Saved data entries:
☆ ☆ ☆ ☆

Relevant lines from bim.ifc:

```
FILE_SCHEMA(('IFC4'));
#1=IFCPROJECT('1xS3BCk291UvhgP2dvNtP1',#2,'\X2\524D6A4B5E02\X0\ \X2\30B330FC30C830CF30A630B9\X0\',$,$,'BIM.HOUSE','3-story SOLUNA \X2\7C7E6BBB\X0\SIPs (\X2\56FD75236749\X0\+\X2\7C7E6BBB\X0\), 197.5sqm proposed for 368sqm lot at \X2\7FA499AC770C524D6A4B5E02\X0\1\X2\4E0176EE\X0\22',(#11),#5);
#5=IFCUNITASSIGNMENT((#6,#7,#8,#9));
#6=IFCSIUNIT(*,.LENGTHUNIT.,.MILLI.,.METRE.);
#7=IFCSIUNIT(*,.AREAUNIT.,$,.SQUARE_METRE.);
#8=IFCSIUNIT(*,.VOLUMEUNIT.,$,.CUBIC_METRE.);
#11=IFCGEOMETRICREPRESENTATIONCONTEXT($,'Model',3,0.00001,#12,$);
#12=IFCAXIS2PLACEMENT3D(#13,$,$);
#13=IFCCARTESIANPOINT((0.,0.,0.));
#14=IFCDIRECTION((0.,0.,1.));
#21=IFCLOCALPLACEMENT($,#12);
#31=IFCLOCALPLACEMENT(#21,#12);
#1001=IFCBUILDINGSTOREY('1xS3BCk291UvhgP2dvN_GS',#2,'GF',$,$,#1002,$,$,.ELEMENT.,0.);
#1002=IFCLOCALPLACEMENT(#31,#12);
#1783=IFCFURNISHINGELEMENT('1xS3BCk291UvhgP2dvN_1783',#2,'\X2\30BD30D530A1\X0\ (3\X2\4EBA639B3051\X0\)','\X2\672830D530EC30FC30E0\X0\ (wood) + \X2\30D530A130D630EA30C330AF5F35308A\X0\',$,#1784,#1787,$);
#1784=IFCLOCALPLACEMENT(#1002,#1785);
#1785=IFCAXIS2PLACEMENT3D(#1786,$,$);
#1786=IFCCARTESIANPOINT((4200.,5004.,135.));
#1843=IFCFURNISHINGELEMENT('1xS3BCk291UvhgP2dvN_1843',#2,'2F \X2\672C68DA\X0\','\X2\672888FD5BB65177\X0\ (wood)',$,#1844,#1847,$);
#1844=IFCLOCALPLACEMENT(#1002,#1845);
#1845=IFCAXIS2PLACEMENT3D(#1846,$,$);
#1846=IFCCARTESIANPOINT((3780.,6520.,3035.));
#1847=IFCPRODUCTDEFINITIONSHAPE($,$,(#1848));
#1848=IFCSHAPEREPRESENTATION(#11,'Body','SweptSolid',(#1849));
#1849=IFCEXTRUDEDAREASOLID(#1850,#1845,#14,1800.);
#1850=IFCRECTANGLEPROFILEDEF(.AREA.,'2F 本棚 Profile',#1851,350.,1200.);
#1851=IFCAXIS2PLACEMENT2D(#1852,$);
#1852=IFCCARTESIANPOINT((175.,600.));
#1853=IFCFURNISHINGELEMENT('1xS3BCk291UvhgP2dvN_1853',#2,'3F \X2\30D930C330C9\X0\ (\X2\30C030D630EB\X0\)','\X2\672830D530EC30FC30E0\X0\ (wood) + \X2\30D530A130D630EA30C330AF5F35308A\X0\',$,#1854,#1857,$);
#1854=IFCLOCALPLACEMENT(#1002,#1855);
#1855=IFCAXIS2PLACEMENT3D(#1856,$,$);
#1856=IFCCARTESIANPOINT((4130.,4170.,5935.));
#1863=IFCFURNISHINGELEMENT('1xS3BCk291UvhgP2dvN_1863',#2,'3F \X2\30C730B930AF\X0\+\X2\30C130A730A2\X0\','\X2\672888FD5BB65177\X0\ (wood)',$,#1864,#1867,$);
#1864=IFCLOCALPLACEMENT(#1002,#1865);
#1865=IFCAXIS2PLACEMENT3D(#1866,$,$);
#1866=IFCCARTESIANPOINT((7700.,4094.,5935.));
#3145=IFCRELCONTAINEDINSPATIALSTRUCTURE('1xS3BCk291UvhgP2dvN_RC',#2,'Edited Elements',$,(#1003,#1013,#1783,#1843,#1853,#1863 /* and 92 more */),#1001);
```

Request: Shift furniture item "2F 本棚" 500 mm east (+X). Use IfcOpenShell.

```python
import ifcopenshell
import ifcopenshell.api.geometry
import ifcopenshell.util.placement

model = ifcopenshell.open("bim.ifc")

item = model.by_id(1843)
matrix = ifcopenshell.util.placement.get_local_placement(item.ObjectPlacement)
matrix[0, 3] += 500.0
ifcopenshell.api.geometry.edit_object_placement(model, product=item, matrix=matrix, is_si=False)

print(ifcopenshell.util.placement.get_local_placement(item.ObjectPlacement).round(3) + 0.0)

model.write("bim-out.ifc")
```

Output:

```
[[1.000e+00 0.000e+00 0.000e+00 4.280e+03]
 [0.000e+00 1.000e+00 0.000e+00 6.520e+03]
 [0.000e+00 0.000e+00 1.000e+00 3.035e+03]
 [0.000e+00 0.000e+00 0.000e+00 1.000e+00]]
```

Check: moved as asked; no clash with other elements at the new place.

☆ ☆ ☆ ☆

EXERCISE:
Scan the records for the string "IFCCARTESIANPOINT". Copy each line in which it appears.

SOLUTION FOR THIS PROBLEM:
#13=IFCCARTESIANPOINT((0.,0.,0.));
#1786=IFCCARTESIANPOINT((4200.,5004.,135.));
#1846=IFCCARTESIANPOINT((3780.,6520.,3035.));
#1852=IFCCARTESIANPOINT((175.,600.));
#1856=IFCCARTESIANPOINT((4130.,4170.,5935.));
#1866=IFCCARTESIANPOINT((7700.,4094.,5935.));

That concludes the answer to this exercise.